On Mon, Mar 21, 2005 at 04:25:56PM -0500, John Heffner wrote:
> On Sat, 19 Mar 2005, Andi Kleen wrote:
> > Stephen Hemminger <shemminger@xxxxxxxx> writes:
> > > Since developers want to experiment with different congestion
> > > control mechanisms, and the kernel is getting bloated with overlapping
> > > data structure and code for multiple algorithms; here is a patch to
> > > split out the Reno, Vegas, Westwood, BIC congestion control stuff
> > > into an infrastructure similar to the I/O schedulers.
> > [...]
> > Did you do any benchmarks to check that wont slow it down?
> > I would recommend to try it on a IA64 machine if possible. In the
> > past we found that adding indirect function calls on IA64 to networking
> > caused measurable slowdowns in macrobenchmarks.
> > In that case it was LSM callbacks, but your code looks like it will
> > add even more.
> Is there a canonical benchmark?
For the LSM case we saw the problem with running netperf over loopback.

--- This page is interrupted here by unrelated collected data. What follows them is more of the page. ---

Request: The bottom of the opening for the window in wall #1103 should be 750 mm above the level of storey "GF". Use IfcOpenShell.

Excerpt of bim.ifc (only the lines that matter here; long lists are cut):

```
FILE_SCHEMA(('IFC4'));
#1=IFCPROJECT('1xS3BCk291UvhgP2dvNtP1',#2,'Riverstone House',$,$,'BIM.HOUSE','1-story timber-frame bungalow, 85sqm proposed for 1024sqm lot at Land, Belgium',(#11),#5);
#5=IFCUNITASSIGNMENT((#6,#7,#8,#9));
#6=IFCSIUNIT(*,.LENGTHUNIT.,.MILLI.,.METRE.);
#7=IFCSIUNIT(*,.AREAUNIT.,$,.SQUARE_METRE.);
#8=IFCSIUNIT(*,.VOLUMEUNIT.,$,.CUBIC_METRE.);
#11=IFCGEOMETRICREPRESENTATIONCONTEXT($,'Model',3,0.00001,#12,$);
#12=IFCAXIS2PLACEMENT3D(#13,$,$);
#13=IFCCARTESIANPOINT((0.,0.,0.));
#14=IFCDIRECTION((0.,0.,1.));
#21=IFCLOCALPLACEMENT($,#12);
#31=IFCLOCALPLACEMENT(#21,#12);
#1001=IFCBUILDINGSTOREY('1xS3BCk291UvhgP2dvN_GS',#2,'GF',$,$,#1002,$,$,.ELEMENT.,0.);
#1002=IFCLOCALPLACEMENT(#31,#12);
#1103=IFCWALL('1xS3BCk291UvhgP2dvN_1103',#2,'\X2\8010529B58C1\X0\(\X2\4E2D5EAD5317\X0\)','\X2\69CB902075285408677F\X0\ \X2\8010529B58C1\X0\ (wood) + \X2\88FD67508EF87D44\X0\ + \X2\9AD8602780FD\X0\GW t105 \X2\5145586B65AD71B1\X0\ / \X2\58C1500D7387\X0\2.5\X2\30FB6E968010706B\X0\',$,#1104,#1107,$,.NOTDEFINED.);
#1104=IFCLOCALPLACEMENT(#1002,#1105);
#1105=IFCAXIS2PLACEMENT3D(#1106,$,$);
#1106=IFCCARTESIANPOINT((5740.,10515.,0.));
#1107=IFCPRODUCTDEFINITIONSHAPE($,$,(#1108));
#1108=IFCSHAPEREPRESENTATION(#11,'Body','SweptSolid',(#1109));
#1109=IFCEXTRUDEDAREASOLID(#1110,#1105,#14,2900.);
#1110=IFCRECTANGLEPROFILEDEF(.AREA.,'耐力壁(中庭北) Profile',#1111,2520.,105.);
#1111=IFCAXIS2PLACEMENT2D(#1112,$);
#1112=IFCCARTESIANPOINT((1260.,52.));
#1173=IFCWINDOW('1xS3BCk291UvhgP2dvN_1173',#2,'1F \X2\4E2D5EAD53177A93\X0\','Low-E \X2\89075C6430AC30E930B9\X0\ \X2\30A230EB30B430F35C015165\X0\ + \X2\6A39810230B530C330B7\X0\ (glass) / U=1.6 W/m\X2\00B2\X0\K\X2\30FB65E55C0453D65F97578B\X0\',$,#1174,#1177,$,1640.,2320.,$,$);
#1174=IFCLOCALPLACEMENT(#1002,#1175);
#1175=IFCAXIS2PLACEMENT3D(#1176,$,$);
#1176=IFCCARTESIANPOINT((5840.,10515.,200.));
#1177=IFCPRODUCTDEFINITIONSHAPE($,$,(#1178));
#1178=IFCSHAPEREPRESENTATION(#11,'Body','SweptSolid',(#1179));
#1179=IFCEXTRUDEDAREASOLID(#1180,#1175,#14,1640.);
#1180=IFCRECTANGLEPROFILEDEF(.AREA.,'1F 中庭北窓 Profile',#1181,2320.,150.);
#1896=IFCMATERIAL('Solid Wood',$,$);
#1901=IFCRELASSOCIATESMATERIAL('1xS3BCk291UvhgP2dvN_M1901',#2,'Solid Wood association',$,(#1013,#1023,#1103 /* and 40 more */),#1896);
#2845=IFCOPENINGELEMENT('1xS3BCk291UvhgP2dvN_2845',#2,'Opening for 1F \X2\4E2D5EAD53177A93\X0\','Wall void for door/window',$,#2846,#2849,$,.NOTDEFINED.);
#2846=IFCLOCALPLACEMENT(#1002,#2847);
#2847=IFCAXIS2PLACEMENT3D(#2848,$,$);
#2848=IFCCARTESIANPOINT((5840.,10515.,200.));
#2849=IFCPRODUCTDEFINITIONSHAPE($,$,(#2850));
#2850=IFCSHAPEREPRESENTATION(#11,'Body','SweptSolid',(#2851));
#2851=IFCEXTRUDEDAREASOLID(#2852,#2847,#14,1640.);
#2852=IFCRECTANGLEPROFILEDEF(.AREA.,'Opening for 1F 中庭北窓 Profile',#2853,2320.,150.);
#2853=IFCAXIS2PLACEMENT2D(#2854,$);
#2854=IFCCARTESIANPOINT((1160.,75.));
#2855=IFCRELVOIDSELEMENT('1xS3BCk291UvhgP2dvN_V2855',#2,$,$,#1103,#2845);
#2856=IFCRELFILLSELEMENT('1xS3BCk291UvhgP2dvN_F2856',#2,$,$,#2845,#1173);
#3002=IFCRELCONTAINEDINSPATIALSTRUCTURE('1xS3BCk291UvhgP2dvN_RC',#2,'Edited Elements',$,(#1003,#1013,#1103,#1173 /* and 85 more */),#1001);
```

```python
import numpy as np
import ifcopenshell
import ifcopenshell.api.geometry
import ifcopenshell.geom
import ifcopenshell.util.element
import ifcopenshell.util.placement
import ifcopenshell.util.shape
import ifcopenshell.util.unit

model = ifcopenshell.open("bim.ifc")
unit_scale = ifcopenshell.util.unit.calculate_unit_scale(model)

window = model.by_id(1173)
opening = window.FillsVoids[0].RelatingOpeningElement
storey = ifcopenshell.util.element.get_container(window, ifc_class="IfcBuildingStorey")
level = ifcopenshell.util.placement.get_local_placement(storey.ObjectPlacement)[2, 3]

# The opening's origin need not be at the sill, so measure its lowest point.
shape = ifcopenshell.geom.create_shape(ifcopenshell.geom.settings(), opening)
bottom = ifcopenshell.util.shape.get_shape_bottom_elevation(shape, shape.geometry) / unit_scale
dz = level + 0.75 / unit_scale - bottom

shift = np.array([0.0, 0.0, dz])
# The window is not placed relative to its opening, so move both.
for product in (opening, window):
    matrix = ifcopenshell.util.placement.get_local_placement(product.ObjectPlacement)
    matrix[:3, 3] += shift
    ifcopenshell.api.geometry.edit_object_placement(model, product=product, matrix=matrix, is_si=False)

print(f"moved by {dz * unit_scale:+.3f} m")

model.write("bim-out.ifc")
```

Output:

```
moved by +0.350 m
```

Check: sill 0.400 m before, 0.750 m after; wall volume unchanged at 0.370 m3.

It added one or two hooks per packet, but it already made a noticeable
difference on IA64 boxes.
On other systems it is unnoticeable.
> Would you really expect a single extra indirect call per ack to have a
> significant performance impact? This is surprising to me. Where does the
> cost come from? Replacing instruction cache lines?
I was never quite clear. Some instruction stalls in the CPUs.
One not very good theory was that McKinley really likes
to have its jump registers loaded early for indirect calls, and gcc
doesn't even attempt this.